Is Model-Fingerprint or Awesome-LLMOps more popular on GitHub?
Awesome-LLMOps has more GitHub stars (5,877 vs 52). Stars measure visibility, not whether either tool fits your constraints.
Are Model-Fingerprint and Awesome-LLMOps open source?
Yes - both are open-source projects on GitHub (Model-Fingerprint: MIT, Awesome-LLMOps: CC0-1.0).
Where can I find alternatives to Model-Fingerprint or Awesome-LLMOps?
GraphCanon lists graph-backed alternatives at Model-Fingerprint alternatives and Awesome-LLMOps alternatives (Model-Fingerprint markdown twin, Awesome-LLMOps markdown twin), ranked by typed relationship edges rather than popularity votes.

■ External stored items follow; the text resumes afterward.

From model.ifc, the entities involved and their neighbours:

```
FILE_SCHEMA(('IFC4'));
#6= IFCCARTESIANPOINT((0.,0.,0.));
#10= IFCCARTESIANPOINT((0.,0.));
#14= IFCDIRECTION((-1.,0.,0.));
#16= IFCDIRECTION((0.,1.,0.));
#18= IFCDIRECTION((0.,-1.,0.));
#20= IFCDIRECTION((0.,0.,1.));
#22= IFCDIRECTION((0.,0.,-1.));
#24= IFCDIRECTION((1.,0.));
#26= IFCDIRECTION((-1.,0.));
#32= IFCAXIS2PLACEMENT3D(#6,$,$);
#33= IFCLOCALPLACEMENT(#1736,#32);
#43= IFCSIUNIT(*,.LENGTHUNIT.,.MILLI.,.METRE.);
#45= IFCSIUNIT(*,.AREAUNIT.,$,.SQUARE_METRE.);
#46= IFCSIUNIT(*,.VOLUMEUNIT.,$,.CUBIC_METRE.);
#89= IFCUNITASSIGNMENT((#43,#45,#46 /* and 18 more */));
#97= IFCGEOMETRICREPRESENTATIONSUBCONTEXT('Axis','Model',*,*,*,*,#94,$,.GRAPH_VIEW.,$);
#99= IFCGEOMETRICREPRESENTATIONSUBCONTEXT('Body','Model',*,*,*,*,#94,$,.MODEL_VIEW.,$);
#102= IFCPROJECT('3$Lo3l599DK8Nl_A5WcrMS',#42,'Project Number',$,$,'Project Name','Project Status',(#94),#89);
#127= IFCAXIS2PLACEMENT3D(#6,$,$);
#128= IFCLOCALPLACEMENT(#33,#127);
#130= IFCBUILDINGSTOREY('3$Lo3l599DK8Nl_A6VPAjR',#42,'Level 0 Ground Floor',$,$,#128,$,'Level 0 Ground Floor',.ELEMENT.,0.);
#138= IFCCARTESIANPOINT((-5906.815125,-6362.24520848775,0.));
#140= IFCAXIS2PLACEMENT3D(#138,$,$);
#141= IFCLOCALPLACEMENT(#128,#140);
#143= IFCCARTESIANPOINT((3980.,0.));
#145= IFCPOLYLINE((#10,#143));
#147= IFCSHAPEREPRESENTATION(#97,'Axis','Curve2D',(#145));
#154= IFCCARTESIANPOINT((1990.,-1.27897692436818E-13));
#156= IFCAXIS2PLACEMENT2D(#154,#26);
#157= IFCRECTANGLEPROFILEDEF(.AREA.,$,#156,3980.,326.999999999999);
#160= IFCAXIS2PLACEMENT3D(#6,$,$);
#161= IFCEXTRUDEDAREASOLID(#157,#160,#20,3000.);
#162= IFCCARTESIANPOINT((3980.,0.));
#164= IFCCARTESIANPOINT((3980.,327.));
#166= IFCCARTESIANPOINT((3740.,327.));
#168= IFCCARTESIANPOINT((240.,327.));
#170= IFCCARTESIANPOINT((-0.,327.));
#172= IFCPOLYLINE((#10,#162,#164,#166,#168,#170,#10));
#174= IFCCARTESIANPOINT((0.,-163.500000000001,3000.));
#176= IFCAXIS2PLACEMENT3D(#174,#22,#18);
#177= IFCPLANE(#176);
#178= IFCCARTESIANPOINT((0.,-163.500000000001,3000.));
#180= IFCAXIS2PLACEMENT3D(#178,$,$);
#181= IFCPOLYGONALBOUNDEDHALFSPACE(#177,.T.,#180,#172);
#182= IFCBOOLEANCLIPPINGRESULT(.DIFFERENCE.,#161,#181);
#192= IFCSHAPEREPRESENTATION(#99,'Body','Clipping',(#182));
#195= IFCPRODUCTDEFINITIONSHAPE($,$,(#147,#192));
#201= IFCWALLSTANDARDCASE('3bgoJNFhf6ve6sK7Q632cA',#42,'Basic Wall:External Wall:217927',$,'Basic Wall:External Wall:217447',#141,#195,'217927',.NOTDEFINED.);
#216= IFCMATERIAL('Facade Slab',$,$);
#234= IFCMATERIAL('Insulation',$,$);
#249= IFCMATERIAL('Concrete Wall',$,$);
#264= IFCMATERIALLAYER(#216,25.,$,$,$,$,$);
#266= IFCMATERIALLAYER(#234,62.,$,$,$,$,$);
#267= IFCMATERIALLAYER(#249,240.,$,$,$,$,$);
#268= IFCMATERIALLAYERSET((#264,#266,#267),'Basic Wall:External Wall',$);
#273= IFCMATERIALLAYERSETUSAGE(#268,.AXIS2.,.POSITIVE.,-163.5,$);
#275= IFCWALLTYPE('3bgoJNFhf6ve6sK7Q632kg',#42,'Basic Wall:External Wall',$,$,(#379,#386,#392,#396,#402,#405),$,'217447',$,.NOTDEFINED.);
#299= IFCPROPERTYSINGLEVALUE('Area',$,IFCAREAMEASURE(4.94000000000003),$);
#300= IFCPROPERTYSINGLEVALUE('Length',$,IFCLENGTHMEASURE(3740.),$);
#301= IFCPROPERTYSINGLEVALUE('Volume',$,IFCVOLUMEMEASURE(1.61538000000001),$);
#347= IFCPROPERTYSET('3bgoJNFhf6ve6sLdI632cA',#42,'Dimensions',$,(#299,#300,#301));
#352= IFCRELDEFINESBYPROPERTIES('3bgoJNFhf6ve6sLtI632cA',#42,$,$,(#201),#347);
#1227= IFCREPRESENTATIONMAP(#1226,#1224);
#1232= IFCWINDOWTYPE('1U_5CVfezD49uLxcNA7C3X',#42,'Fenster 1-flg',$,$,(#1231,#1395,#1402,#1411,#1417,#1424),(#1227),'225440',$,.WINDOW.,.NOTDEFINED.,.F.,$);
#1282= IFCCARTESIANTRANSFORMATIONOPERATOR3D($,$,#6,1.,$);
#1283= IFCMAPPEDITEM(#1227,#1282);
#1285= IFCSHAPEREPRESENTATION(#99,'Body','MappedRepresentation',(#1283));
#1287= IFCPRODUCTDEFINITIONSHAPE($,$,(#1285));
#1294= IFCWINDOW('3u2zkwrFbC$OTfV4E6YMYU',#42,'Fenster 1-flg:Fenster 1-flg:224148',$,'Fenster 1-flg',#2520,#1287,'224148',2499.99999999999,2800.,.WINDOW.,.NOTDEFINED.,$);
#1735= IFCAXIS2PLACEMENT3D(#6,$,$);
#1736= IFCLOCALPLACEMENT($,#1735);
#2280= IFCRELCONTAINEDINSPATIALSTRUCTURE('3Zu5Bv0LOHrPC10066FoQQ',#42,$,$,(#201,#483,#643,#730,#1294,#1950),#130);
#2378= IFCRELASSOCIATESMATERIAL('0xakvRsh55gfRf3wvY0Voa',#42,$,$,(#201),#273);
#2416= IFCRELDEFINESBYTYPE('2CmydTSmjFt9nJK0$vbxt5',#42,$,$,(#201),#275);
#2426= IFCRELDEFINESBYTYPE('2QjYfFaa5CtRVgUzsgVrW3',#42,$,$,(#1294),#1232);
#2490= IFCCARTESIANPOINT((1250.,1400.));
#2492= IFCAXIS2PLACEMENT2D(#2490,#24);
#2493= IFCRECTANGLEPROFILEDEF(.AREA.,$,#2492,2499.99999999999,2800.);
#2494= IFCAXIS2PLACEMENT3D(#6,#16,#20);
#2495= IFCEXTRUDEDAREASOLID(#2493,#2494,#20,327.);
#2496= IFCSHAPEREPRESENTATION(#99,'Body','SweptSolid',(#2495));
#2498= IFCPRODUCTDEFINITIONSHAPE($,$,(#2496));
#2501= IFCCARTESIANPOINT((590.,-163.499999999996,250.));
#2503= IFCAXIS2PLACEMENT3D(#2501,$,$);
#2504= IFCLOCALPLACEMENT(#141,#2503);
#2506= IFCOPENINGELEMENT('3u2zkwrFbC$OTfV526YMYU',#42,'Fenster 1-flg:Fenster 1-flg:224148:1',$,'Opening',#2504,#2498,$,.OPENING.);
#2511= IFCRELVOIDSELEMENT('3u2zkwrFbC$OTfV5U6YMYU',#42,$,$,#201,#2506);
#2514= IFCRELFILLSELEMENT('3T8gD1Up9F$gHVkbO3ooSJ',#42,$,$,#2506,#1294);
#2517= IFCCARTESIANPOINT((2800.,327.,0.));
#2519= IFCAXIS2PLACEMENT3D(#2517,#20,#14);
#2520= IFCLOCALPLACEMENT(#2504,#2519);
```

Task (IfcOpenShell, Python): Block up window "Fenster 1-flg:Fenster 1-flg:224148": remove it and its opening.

```python
import ifcopenshell
import ifcopenshell.api.feature
import ifcopenshell.api.pset
import ifcopenshell.api.root
import ifcopenshell.geom
import ifcopenshell.util.element
import ifcopenshell.util.shape
import ifcopenshell.util.unit

model = ifcopenshell.open("model.ifc")
area_scale = ifcopenshell.util.unit.calculate_unit_scale(model, "AREAUNIT")
volume_scale = ifcopenshell.util.unit.calculate_unit_scale(model, "VOLUMEUNIT")
settings = ifcopenshell.geom.settings()


def volume(element):
    """Net volume in cubic metres, openings subtracted."""
    shape = ifcopenshell.geom.create_shape(settings, element)
    return ifcopenshell.util.shape.get_volume(shape.geometry)


window = model.by_guid("3u2zkwrFbC$OTfV4E6YMYU")
opening = window.FillsVoids[0].RelatingOpeningElement
wall = opening.VoidsElements[0].RelatingBuildingElement
before = volume(wall)

ifcopenshell.api.root.remove_product(model, product=window)
ifcopenshell.api.feature.remove_feature(model, feature=opening)

after = volume(wall)
thickness = 0.327  # wall thickness in metres

# Update the wall's stored quantities.
pset = model.by_id(ifcopenshell.util.element.get_pset(wall, "Dimensions", should_inherit=False)["id"])
ifcopenshell.api.pset.edit_pset(model, pset=pset, properties={
    "Area": model.create_entity("IfcAreaMeasure", after / thickness / area_scale),
    "Volume": model.create_entity("IfcVolumeMeasure", after / volume_scale),
})

print(f"wall volume {before:.3f} -> {after:.3f} m3")

model.write("model_rev.ifc")
```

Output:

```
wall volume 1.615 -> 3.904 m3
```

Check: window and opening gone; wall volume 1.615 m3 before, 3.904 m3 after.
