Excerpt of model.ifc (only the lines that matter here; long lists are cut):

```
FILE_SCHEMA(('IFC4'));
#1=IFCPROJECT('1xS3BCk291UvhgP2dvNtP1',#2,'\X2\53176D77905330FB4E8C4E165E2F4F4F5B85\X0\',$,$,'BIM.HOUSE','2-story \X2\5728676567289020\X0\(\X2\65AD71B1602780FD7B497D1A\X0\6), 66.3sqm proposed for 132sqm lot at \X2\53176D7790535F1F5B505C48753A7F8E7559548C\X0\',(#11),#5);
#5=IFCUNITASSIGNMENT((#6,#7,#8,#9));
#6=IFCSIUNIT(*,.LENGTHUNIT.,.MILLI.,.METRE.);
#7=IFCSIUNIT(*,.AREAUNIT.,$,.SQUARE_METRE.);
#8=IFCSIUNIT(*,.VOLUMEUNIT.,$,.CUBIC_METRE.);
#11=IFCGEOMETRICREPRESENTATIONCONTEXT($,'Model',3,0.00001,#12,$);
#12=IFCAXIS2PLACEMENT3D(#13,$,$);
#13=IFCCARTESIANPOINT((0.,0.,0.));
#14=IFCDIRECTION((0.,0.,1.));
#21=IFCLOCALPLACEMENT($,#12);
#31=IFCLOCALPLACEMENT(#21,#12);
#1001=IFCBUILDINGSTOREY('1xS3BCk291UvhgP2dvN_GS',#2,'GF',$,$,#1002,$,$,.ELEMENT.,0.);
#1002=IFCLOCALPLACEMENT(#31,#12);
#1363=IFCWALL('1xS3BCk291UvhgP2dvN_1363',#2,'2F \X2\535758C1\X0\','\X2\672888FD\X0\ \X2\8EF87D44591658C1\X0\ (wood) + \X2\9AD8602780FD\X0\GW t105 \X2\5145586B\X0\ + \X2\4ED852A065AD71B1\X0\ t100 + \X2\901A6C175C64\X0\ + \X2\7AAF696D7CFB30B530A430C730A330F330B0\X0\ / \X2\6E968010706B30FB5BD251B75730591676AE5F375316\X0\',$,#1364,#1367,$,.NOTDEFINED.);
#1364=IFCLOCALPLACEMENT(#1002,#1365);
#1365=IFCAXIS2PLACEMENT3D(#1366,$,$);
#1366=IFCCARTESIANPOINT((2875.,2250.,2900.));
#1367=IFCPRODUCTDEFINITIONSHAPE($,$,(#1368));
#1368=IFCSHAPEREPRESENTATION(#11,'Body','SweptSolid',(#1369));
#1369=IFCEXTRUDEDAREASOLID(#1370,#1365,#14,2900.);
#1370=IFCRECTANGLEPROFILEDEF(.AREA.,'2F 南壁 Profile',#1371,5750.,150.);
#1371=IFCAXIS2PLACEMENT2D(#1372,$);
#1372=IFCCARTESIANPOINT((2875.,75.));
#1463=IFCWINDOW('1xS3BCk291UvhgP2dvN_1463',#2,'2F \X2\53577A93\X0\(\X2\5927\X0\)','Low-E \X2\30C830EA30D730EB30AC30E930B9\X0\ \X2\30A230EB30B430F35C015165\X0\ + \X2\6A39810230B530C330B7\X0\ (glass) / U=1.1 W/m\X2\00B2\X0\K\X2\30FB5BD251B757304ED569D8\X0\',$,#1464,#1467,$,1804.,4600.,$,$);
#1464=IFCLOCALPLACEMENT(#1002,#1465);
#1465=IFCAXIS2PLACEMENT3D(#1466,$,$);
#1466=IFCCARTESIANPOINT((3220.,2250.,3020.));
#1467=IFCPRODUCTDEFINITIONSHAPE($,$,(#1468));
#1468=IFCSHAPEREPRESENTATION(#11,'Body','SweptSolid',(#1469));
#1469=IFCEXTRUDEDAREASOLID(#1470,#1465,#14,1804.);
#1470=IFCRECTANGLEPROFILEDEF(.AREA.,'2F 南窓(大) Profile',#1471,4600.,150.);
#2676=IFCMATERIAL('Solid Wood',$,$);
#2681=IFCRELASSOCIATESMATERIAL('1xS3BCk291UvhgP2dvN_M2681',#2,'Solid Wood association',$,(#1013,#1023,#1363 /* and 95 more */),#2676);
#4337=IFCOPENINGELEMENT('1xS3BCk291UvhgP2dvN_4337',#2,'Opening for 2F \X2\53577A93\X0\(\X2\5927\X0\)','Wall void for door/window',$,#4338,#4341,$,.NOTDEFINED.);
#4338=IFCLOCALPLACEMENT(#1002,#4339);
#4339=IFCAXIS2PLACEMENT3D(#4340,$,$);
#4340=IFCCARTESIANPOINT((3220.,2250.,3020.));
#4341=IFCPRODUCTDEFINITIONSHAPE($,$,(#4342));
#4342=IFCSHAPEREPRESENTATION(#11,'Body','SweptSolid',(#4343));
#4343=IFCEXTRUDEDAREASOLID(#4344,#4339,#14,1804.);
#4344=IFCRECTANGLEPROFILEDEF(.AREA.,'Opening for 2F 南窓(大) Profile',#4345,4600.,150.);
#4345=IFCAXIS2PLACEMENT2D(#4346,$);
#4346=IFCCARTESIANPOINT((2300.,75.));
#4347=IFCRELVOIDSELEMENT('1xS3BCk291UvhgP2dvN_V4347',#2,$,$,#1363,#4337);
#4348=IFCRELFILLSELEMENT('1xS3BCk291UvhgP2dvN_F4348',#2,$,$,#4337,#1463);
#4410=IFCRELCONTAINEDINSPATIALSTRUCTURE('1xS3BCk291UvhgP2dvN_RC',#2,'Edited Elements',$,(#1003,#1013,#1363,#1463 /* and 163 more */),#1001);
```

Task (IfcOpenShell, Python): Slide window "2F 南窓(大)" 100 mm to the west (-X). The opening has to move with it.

```python
import ifcopenshell
import ifcopenshell.api.geometry
import ifcopenshell.util.placement
import ifcopenshell.util.unit

model = ifcopenshell.open("model.ifc")
unit_scale = ifcopenshell.util.unit.calculate_unit_scale(model)

window = model.by_guid("1xS3BCk291UvhgP2dvN_1463")
opening = window.FillsVoids[0].RelatingOpeningElement
wall = opening.VoidsElements[0].RelatingBuildingElement

wall_matrix = ifcopenshell.util.placement.get_local_placement(wall.ObjectPlacement)
shift = wall_matrix[:3, 0] * -0.1 / unit_scale
before = ifcopenshell.util.placement.get_local_placement(window.ObjectPlacement)[:3, 3].copy()

# The window is not placed relative to its opening, so move both.
for product in (opening, window):
    matrix = ifcopenshell.util.placement.get_local_placement(product.ObjectPlacement)
    matrix[:3, 3] += shift
    ifcopenshell.api.geometry.edit_object_placement(model, product=product, matrix=matrix, is_si=False)

after = ifcopenshell.util.placement.get_local_placement(window.ObjectPlacement)[:3, 3]
print("window moved by", (after - before).round(3) + 0.0)

model.write("model_rev.ifc")
```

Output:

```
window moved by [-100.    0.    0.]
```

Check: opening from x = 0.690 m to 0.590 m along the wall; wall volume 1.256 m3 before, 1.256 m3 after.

Is there a machine-readable version of this comparison?
Yes. The markdown twin at this comparison mirrors this page for agents and LLM crawlers, with the same stats table and FAQ answers.
Which is better maintained, Model-Fingerprint or Awesome-LLMOps?
Model-Fingerprint: Dormant. Awesome-LLMOps: Steady. Compare maintenance labels, days since push, and release cadence in the trust section below - stars alone do not measure maintenance.
Where are the full trust reports for Model-Fingerprint and Awesome-LLMOps?
GraphCanon publishes per-repo trust reports with dated maintenance, provenance, and scan summaries: Model-Fingerprint trust report; Awesome-LLMOps trust report.